Вот оно, это привычное чувство обороны, в которое вернулась Мира и почувствовала себя уверенней.

– Боли?

– Да, боли.

– Странный переход. Но ведь способность, ну или предрасположенность, причинять боль – это тоже не половая особенность. Это, в принципе, особенность людей. Как Вы думаете, в чём четыре настоящих катастрофы в отношениях людей? Не проблемы, а именно трагедии?

– В эгоизме? В нелюбви к ближнему? В склонности ко лжи? В... В... Что там четвёртое?

– Первая катастрофа людей – в их неготовности принимать друг друга. Они не позволяют человеку быть кем-то не тем, кем они хотят, чтобы он был. Он должен соответствовать.
Вторая катастрофа людей – в желании обладать. Особенно, другим человеком, всецело.
Третья катастрофа людей – в их неумении отпускать.
Четвертая – в нежелании быть благодарным.

– Да... Но как же тогда неспособность любить?

– Любовь обросла огромным количеством трактовок и определений, но те, кто побывал в её благодатном пространстве, знают, что ни одно умозаключение не является любовью, – а лишь попыткой представить её своим израненным, изможденным, обезлюбленным сердцем и истощенным всей этой философией разумом. Любовь – это то, что с вами случается, когда вы, выжив, победили в этих катастрофах.

Мира замерла. В её теле маленькими разрядами отдавались последние слова. Она не умела отпускать. И принимать "иных", "других", "не таких" она тоже никогда не могла. И ей всегда хотелось "усовершенствовать" другого.
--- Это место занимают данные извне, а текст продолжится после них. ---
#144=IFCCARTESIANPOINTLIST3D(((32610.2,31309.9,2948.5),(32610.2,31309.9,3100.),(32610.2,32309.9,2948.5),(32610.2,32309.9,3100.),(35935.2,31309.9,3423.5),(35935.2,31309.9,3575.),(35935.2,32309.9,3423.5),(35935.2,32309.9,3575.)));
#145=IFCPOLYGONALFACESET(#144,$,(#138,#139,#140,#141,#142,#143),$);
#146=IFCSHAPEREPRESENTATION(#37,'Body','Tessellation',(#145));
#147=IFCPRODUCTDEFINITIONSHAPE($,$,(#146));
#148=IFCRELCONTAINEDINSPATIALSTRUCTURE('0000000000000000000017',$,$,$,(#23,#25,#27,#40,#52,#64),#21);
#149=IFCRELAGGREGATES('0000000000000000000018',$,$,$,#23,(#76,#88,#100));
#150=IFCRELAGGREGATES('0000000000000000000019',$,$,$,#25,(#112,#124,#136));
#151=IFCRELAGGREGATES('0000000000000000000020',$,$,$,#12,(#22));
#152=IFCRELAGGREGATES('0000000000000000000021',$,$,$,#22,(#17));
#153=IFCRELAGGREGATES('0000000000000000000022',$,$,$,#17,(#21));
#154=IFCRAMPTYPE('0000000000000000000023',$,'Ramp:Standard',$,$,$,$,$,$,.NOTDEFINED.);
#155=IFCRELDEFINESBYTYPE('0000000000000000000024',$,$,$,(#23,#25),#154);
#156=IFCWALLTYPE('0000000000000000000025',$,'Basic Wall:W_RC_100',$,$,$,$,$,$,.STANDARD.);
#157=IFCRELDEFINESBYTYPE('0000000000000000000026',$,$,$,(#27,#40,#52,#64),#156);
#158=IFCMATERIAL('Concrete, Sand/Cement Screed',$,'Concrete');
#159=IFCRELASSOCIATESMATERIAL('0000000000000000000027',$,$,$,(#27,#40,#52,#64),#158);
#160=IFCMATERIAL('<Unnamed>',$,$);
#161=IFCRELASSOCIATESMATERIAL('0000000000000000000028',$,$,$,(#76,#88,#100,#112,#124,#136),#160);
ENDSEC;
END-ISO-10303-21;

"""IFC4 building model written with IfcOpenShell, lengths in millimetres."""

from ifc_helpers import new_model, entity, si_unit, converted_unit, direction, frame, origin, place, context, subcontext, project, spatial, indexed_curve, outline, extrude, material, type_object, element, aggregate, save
И, пожалуй, – это было первое столь явное откровение перед самой собой. Но самое неприятное ощущение в её теле доставляло быстро твердеющее чувство неспособности противостоять этим словам. Она хотела сопротивляться, в её голове одна за другой выстреливали разрозненные одиночные "аргументы", но ни одна мысль не соглашалась быть выраженной.

Слайд за слайдом, сотые секунд листали эпизоды её чувственных переживаний. Значит, и не было любви? Все четыре "катастрофы" были россыпью небрежно разбросаны по всей её жизни.

– А что для Вас любовь? – мягко, и даже как-то участливо спросил Ангел.

Всё. Мира была повержена. Именно так она чувствовала себя сейчас. Вскрыли её ларец, и там у неё, такой положительной, требовательной, ответственной, жертвенной, не оказалось любви. Она не знала, что ответить, – она никогда не определяла для себя любовь, точно и кратко, без многочисленных запятых и удобных определений на текущий момент.

Но одновременно с этими грузными мыслями, в ней нарастал привычный истошный протест. В этом состоянии, состоянии готовности дать отпор, она чувствовала себя почему-то уверенней и даже привычней.

– Хорошо, – согласилась с невидимым вызовом Мира, – у меня нет определения любви и целая копилка "катастроф". Но позвольте мне приземлиться до уровня простых земных отношений. Всё-таки, возвращаясь к тому же "двоелюбию", которое Вы допускаете, что делать женщине в такой ситуации: она его любит, а он любит другую или вообще их двоих, или никого?

– Свой выбор.

– Какой выбор? – чуть эмоциональней, чем хотелось бы, отреагировала она.

– Жить таким образом – был выбор мужчины. Женщина должна сделать свой. Гарантий никаких ни на что нет, каковы бы ни были обещания, если они вообще были или будут. Жизнь не статична, даже если мы стоим, – она всегда в движении. Здесь главным выступает её собственная жизнь, в первую очередь. Это то, что всегда даётся женщине с трудом. А в мужчине – это природное. Женщине легче жертвовать собой, чем выбрать свою жизнь. Женщина тяжело отпускает. Из-за своей сложной эмоциональной природы, она вообще с трудом допускает новый опыт в свою жизнь, а тем более, в чью-то. Мужчина с этим легче справляется зачастую.

– Легко сказать, "сделать выбор". А если дети и вообще?

– Выбор помогает расставить свои приоритеты. Тем более, растить детей в здоровой обстановке, – это куда большая смелость, чем закладывать в них двойные стандарты и своё личное неприятие.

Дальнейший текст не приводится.